In light of the Fright Fight farce, I've seen pro haunters slamming home haunters online (mostly on Facebook). There should have been some effort put in to figure out the difference between a home haunt and a pro haunt. Is the haunt at your home? No? Not a home haunt. Do you charge money for tickets? Yes? Not a home haunt, but a pro haunt. Of course, a pro haunt won the competition thanks to a larger budget and lots of room to work with. This should have been an opportunity for home haunters to get the credit they deserve for busting their butts to give a show to their neighborhoods. Now other pro haunters are slamming home haunters for complaining about it. 

Let me say this: As a former home haunter and current pro haunter I have much respect for home haunters and so should other pro haunters. Some people forget their roots. Others started with huge amounts of cash and never had a home haunt or even a love for Halloween. You know how I spend Halloween night? Visiting home haunts! Why? Because you guys carry the spirit of Halloween in its truest form. Again, much respect.

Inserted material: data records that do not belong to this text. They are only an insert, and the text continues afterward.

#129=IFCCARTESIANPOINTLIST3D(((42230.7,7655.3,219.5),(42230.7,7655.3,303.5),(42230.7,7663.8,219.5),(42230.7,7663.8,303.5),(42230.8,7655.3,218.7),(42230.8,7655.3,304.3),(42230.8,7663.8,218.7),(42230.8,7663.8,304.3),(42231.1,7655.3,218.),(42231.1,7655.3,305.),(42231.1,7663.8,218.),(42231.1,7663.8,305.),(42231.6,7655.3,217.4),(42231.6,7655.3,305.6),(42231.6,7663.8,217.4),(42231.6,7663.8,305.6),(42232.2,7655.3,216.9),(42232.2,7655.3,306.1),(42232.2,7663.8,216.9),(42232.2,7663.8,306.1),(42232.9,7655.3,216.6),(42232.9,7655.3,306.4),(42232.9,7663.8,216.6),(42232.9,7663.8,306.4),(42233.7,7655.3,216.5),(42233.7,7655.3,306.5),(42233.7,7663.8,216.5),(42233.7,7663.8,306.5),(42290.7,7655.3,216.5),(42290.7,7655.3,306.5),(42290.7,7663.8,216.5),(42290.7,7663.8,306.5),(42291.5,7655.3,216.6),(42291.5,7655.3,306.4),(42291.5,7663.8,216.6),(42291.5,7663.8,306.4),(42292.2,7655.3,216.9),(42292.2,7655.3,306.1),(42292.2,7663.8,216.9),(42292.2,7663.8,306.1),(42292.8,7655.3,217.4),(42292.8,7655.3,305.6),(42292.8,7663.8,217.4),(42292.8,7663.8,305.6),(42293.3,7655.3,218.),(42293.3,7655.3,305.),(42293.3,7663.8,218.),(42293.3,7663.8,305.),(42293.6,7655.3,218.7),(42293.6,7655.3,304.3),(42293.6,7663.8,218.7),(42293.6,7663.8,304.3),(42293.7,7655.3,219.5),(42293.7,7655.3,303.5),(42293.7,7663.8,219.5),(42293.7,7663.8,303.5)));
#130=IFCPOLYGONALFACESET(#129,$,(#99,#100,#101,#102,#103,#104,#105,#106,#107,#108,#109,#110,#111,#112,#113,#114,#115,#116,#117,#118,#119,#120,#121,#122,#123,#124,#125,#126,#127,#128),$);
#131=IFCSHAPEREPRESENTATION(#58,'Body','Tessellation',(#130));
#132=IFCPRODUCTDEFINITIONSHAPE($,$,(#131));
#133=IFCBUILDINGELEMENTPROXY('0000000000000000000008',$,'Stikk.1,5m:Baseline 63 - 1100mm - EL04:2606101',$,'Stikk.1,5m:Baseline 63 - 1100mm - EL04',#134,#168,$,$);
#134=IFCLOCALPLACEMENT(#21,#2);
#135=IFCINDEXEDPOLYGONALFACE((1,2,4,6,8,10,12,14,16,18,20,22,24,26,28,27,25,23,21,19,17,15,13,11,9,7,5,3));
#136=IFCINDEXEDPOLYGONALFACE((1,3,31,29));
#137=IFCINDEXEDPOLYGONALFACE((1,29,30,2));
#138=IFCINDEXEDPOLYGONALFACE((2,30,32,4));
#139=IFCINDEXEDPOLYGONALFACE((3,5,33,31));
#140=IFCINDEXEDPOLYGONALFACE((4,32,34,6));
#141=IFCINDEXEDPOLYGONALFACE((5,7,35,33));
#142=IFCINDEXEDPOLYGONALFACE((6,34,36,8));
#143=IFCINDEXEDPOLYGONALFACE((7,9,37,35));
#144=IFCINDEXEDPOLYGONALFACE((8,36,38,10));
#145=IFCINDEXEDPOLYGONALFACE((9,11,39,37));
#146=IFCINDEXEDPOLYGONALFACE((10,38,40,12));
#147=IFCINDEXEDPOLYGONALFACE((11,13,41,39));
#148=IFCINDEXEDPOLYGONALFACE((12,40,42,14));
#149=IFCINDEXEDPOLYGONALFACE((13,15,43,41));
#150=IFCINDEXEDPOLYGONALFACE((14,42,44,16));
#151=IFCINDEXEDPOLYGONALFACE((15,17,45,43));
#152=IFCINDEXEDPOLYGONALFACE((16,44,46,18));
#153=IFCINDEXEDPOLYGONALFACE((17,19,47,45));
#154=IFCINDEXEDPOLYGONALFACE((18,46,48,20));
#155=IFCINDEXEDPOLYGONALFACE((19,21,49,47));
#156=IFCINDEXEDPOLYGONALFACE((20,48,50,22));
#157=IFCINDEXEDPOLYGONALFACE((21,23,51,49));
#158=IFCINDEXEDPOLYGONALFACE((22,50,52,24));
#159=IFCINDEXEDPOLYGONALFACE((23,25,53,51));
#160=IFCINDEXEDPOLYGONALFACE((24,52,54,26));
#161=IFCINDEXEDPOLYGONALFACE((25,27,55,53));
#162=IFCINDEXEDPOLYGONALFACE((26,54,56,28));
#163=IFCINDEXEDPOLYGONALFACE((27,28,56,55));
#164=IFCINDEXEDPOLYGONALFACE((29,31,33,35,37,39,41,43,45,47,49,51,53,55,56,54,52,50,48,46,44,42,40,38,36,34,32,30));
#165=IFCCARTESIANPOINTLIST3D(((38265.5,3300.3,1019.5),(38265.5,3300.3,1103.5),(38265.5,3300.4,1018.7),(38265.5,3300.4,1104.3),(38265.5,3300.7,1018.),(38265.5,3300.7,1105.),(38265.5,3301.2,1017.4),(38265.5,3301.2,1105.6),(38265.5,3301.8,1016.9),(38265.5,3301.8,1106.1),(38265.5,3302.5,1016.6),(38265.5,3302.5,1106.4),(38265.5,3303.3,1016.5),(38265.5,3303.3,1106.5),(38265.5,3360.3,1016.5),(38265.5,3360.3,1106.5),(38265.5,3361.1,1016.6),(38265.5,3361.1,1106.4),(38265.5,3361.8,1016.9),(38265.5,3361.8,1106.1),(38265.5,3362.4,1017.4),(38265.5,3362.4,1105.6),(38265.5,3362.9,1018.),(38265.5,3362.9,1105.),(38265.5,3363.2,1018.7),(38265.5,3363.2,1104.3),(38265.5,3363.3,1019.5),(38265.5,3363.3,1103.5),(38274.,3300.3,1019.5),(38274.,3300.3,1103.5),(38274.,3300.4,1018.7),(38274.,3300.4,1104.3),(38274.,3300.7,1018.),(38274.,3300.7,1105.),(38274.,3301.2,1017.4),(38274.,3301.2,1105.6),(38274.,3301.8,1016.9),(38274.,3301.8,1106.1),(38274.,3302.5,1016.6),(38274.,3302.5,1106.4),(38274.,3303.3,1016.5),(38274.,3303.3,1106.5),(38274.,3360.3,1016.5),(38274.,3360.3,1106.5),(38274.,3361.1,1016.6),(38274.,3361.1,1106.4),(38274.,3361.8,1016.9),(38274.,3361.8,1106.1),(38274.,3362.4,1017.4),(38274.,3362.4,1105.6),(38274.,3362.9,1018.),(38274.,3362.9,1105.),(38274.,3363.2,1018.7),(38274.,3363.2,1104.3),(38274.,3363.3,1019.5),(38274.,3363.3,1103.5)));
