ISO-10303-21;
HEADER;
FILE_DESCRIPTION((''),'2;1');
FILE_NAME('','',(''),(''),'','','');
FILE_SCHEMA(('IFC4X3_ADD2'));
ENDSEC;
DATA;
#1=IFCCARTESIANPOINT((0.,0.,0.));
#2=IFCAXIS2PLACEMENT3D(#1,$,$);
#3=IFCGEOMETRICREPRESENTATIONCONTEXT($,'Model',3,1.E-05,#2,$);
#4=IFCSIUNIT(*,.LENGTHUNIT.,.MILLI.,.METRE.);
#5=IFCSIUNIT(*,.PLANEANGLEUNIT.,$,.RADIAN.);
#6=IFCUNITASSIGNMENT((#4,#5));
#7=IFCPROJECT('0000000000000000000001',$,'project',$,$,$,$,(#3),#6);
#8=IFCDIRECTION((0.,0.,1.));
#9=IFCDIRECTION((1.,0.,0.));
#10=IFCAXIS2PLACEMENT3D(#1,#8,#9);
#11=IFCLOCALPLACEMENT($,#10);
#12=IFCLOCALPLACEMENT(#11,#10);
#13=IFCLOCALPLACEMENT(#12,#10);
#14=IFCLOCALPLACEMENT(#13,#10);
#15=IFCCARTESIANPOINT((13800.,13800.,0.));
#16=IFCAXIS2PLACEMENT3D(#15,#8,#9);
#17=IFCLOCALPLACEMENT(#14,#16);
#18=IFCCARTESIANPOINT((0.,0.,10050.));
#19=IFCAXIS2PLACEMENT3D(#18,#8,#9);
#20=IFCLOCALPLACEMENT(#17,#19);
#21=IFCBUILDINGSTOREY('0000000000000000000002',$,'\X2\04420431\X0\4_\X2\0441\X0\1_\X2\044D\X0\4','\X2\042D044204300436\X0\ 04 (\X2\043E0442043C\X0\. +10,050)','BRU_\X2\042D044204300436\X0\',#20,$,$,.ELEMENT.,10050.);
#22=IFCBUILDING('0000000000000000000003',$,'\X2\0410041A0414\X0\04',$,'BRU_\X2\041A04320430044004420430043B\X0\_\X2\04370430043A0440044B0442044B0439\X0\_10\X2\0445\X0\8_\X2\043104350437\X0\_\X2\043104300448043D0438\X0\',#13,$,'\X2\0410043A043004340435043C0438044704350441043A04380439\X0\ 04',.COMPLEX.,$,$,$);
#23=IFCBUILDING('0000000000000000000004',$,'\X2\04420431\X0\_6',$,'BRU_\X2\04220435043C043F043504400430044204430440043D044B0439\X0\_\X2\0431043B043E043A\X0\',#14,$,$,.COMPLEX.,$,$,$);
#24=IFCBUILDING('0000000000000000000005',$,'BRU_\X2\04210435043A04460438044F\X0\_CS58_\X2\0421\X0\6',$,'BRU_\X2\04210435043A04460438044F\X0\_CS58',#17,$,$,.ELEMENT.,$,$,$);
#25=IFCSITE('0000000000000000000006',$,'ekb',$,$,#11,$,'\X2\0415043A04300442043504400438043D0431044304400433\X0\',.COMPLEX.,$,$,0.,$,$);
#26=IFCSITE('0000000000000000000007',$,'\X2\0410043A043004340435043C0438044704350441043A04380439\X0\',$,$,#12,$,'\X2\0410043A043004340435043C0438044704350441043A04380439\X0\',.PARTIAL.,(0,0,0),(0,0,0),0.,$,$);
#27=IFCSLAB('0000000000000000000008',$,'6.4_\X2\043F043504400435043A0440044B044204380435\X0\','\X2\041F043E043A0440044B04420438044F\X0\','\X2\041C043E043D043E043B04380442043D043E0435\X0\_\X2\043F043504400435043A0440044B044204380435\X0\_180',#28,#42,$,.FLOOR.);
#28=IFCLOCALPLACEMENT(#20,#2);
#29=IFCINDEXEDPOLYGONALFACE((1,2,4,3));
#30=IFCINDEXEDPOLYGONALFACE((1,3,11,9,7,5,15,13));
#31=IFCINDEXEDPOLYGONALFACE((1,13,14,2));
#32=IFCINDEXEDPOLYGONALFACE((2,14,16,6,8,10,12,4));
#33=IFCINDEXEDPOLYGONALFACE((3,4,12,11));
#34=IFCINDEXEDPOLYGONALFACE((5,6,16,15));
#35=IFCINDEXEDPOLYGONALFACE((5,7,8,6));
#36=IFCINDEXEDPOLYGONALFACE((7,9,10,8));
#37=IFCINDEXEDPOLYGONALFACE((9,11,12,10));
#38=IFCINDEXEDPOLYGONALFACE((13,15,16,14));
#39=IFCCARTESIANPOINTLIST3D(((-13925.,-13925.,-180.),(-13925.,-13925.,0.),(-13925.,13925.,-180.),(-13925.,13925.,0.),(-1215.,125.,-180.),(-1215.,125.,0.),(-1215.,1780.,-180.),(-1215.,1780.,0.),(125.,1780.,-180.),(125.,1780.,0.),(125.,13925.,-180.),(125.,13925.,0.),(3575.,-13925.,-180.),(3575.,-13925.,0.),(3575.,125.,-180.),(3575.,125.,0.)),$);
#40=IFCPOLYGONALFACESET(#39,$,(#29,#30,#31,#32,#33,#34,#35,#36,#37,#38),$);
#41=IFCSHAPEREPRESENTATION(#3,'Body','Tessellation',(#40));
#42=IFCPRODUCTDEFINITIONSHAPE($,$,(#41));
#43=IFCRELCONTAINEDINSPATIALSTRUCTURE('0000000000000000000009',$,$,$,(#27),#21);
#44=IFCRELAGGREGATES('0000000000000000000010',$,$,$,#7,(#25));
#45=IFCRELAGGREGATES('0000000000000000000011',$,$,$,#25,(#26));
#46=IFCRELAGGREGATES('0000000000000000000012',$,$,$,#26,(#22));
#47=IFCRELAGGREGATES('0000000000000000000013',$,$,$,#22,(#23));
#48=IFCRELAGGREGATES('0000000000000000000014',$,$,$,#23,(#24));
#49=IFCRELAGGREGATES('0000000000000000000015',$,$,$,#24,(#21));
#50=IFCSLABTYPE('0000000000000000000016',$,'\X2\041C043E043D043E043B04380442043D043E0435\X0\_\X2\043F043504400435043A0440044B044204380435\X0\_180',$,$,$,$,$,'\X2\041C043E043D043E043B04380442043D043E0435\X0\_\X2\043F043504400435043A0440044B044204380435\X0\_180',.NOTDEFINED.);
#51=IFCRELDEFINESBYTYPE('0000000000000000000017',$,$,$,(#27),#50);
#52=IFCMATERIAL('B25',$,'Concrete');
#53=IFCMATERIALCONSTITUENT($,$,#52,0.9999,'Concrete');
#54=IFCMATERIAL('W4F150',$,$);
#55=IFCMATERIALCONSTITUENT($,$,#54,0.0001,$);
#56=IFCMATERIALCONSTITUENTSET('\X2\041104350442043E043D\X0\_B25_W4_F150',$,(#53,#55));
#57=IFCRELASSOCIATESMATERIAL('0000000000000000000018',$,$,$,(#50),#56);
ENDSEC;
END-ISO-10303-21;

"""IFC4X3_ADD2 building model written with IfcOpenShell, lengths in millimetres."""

from ifc_helpers import new_model, si_unit, frame, origin, origin_with_axes, place, context, project, spatial, polyline, outline, extrude, material, constituent, constituent_set, type_object, element, save


model = new_model("IFC4X3_ADD2")

# Units and contexts
model_context = context("Model", 3, precision=1e-05, world=origin())
ifc_project = project(units=[si_unit("LENGTHUNIT", "METRE", prefix="MILLI"), si_unit("PLANEANGLEUNIT", "RADIAN")], contexts=[model_context])

# Sites, buildings, storey
site_1_placement = place(None, origin_with_axes())
site_1 = spatial("IfcSite", under=ifc_project, at=site_1_placement, Name="ekb", LongName="Екатеринбург", CompositionType="COMPLEX", RefElevation=0.0)
site_2_placement = place(site_1_placement, origin_with_axes())
site_2 = spatial("IfcSite", under=site_1, at=site_2_placement, Name="Академический", LongName="Академический", CompositionType="PARTIAL", RefLatitude=(0, 0, 0), RefLongitude=(0, 0, 0), RefElevation=0.0)
building_1_placement = place(site_2_placement, origin_with_axes())
building_1 = spatial("IfcBuilding", under=site_2, at=building_1_placement, Name="АКД04", ObjectType="BRU_Квартал_закрытый_10х8_без_башни", LongName="Академический 04", CompositionType="COMPLEX")
building_2_placement = place(building_1_placement, origin_with_axes())
building_2 = spatial("IfcBuilding", under=building_1, at=building_2_placement, Name="тб_6", ObjectType="BRU_Температурный_блок", CompositionType="COMPLEX")
building_3_placement = place(building_2_placement, frame((13800.0, 13800.0, 0.0), z_axis=(0.0, 0.0, 1.0), x_axis=(1.0, 0.0, 0.0)))
building_3 = spatial("IfcBuilding", under=building_2, at=building_3_placement, Name="BRU_Секция_CS58_С6", ObjectType="BRU_Секция_CS58", CompositionType="ELEMENT")
storey_placement = place(building_3_placement, frame((0.0, 0.0, 10050.0), z_axis=(0.0, 0.0, 1.0), x_axis=(1.0, 0.0, 0.0)))
storey = spatial("IfcBuildingStorey", under=building_3, at=storey_placement, Name="тб4_с1_э4", Description="Этаж 04 (отм. +10,050)", ObjectType="BRU_Этаж", CompositionType="ELEMENT", Elevation=10050.0)

# Shared definitions
ifc_material_1 = material(Name="B25", Category="Concrete")
ifc_material_2 = material(Name="W4F150")

# Slab
ifc_constituent_1 = constituent(ifc_material_1, Category="Concrete", fraction=0.9999)
ifc_constituent_2 = constituent(ifc_material_2, fraction=0.0001)
ifc_constituent_set_1 = constituent_set(constituents=[ifc_constituent_1, ifc_constituent_2], Name="Бетон_B25_W4_F150")
slab_type = type_object("IfcSlabType", Name="Монолитное_перекрытие_180", ElementType="Монолитное_перекрытие_180", PredefinedType="NOTDEFINED", material=ifc_constituent_set_1)
slab_placement = place(storey_placement, frame((0.0, 0.0, -180.0), z_axis=(0.0, 0.0, 1.0), x_axis=(1.0, 0.0, 0.0)))
element("IfcSlab", 1, at=slab_placement, inside=storey, type_object=slab_type, Name="6.4_перекрытие", Description="Покрытия", ObjectType="Монолитное_перекрытие_180", PredefinedType="FLOOR", context=model_context, shape_type="SweptSolid", body=[
    extrude(outline(polyline([(-13925.0, -13925.0), (3575.0, -13925.0), (3575.0, 125.0), (-1215.0, 125.0), (-1215.0, 1780.0), (125.0, 1780.0), (125.0, 13925.0), (-13925.0, 13925.0), (-13925.0, -13925.0)])), origin_with_axes(), (0.0, 0.0, 1.0), 180.0),
])

save(model, "model.ifc")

Sorry for the rant, but I think it needed to be said.


----------



## Abunai (Oct 28, 2007)

Woot!
Great post, HalloweenZombie.


----------



## bobzilla (Nov 13, 2008)

Well said!
Happy Halloween :jol:


----------



## RoxyBlue (Oct 6, 2008)

We love you, HZ!


----------



## Rahnefan (May 1, 2009)

Thank you.


----------



## Troll Wizard (May 3, 2012)

_*Words of wisdom to haunt by! Thanks, HZ!*_


----------



## scareme (Aug 29, 2006)

As a modest home haunter, thanks for your kind words.


----------



## booberry crunch (Aug 14, 2014)

Word!


----------



## The Halloween Lady (Aug 18, 2010)

That was wonderfully stated! Thank you!


----------



## jdubbya (Nov 6, 2005)

I had watched the show and was really put off when HO won the cash! They put on an awesome show but really shouldn't have been a contestant, IMO. Ah well...money begets money. The other real home haunters on the show were exceptional and do it for the love of Halloween, as do all of us.


----------



## ghostgirl (Oct 21, 2014)

well said


----------